» WHAT IS REQUIRED: Would you restate word for word the lines of the listing, beginning at the first and ending with the line that holds "#224=IFCRELAGGREGATES('0000000000000000000024',$,$,$,#16,(#14));"?

» THE DATA:

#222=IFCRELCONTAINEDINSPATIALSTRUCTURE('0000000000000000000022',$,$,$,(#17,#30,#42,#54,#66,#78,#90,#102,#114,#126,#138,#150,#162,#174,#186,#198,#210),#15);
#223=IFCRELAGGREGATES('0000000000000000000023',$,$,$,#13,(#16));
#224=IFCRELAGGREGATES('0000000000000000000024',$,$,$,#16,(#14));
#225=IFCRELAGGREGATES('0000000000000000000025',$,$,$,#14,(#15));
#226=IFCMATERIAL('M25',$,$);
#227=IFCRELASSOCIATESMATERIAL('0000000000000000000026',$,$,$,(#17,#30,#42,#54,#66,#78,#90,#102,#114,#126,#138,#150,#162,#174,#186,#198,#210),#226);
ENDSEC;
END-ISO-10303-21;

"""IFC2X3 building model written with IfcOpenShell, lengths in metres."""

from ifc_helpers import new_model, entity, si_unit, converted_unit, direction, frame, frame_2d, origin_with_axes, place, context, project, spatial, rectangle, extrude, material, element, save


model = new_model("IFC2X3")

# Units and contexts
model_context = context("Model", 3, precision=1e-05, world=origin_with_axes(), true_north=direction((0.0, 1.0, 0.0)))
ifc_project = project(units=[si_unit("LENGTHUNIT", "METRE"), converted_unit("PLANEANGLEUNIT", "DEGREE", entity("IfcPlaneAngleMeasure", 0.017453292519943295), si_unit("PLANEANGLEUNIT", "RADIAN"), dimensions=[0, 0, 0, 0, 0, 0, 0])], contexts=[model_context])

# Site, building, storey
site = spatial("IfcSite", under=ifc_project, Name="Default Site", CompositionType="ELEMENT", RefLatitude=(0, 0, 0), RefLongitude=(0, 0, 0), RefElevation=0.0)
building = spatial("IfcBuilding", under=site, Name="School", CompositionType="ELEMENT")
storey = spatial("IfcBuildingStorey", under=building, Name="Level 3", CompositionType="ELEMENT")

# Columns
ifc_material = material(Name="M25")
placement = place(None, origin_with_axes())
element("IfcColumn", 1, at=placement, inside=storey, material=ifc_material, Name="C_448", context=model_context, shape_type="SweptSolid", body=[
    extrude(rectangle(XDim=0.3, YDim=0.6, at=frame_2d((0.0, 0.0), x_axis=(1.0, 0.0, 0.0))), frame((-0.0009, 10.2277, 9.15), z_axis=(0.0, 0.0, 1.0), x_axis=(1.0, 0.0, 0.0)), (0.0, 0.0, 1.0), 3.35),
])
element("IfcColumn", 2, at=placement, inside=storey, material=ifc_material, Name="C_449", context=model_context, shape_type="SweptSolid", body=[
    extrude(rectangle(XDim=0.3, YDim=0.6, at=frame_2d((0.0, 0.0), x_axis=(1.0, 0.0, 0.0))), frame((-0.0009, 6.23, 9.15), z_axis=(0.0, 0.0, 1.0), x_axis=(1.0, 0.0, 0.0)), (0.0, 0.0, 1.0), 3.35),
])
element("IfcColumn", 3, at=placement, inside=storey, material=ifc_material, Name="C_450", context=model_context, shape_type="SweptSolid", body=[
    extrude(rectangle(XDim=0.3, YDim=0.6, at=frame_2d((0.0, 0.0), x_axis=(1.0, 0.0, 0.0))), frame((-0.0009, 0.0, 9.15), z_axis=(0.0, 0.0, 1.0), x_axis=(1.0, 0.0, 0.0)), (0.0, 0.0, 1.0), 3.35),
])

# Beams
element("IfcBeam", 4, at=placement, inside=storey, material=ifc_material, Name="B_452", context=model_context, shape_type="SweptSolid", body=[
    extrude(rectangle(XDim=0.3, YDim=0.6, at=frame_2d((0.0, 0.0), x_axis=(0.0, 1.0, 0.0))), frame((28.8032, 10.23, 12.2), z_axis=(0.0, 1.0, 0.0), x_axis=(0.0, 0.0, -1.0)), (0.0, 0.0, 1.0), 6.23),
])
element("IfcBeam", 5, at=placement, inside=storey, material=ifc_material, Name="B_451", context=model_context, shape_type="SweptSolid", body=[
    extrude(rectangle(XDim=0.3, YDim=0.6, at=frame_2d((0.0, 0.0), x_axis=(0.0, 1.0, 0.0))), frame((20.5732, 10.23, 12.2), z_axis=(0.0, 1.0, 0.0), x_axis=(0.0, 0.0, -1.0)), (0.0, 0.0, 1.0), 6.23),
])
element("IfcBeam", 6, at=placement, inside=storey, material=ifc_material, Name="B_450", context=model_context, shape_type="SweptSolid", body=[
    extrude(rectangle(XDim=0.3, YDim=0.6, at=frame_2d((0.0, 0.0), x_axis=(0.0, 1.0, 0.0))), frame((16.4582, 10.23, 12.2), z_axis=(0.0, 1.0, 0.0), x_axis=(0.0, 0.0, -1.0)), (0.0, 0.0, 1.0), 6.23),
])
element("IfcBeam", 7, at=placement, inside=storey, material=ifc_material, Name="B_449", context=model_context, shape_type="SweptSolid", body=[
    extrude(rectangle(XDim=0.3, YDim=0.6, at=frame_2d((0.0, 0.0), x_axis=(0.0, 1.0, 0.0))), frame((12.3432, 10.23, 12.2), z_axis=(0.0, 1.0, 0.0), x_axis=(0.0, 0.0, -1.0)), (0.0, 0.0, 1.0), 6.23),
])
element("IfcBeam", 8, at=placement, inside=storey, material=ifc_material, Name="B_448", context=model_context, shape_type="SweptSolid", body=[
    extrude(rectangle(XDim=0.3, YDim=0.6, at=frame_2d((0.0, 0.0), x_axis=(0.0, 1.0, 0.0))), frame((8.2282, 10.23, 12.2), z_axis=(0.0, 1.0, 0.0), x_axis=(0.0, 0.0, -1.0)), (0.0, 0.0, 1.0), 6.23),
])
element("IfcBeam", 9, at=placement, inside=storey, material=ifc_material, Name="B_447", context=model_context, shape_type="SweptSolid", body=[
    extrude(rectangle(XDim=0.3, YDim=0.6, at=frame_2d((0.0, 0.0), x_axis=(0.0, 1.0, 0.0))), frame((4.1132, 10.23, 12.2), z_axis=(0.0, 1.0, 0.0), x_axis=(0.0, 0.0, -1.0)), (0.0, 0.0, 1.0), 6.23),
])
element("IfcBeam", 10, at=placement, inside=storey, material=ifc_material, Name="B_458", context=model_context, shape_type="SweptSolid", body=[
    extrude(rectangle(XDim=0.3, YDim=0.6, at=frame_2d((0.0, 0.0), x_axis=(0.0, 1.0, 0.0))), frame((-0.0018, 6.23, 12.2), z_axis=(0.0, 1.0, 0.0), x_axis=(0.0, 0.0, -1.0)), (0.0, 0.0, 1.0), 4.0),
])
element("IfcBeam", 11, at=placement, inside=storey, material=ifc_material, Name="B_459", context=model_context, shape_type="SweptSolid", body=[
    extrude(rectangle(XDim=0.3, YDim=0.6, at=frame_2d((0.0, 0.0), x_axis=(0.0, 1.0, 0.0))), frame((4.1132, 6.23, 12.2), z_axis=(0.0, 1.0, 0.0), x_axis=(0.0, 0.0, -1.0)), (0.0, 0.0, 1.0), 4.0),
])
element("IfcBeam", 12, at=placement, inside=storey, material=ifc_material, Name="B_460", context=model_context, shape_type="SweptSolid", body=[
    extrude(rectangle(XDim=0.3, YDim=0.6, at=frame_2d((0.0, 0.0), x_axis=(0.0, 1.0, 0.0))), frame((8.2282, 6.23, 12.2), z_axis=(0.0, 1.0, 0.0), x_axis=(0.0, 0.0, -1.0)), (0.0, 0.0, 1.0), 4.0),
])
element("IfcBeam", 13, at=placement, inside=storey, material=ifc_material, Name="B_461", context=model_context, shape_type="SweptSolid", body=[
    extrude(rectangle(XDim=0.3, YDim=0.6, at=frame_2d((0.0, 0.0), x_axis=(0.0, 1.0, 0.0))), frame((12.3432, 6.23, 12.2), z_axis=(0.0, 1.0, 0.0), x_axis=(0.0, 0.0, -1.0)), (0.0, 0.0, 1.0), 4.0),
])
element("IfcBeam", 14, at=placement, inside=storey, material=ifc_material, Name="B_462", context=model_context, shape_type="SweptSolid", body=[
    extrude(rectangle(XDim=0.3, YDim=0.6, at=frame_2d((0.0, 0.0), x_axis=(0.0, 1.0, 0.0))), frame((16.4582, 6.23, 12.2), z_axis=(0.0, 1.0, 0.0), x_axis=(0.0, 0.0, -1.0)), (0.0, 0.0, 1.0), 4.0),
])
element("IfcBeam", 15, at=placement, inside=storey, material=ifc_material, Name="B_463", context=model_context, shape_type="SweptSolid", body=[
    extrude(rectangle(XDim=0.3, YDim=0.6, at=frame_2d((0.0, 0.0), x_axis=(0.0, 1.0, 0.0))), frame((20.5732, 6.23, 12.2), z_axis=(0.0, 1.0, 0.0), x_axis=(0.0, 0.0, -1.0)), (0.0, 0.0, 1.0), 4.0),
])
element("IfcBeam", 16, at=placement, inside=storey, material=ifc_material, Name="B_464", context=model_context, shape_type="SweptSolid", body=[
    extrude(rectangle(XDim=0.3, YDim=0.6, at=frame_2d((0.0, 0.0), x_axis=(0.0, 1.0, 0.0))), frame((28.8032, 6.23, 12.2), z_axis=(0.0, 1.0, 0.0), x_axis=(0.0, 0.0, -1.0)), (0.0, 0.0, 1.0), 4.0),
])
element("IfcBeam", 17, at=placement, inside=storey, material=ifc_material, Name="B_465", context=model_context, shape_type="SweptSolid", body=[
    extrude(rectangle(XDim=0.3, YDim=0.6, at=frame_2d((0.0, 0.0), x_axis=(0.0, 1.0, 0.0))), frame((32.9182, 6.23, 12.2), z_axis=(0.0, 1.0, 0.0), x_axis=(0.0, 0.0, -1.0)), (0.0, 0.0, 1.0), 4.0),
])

» RESPONSE FOR THIS EXERCISE:
#222=IFCRELCONTAINEDINSPATIALSTRUCTURE('0000000000000000000022',$,$,$,(#17,#30,#42,#54,#66,#78,#90,#102,#114,#126,#138,#150,#162,#174,#186,#198,#210),#15);
#223=IFCRELAGGREGATES('0000000000000000000023',$,$,$,#13,(#16));
#224=IFCRELAGGREGATES('0000000000000000000024',$,$,$,#16,(#14));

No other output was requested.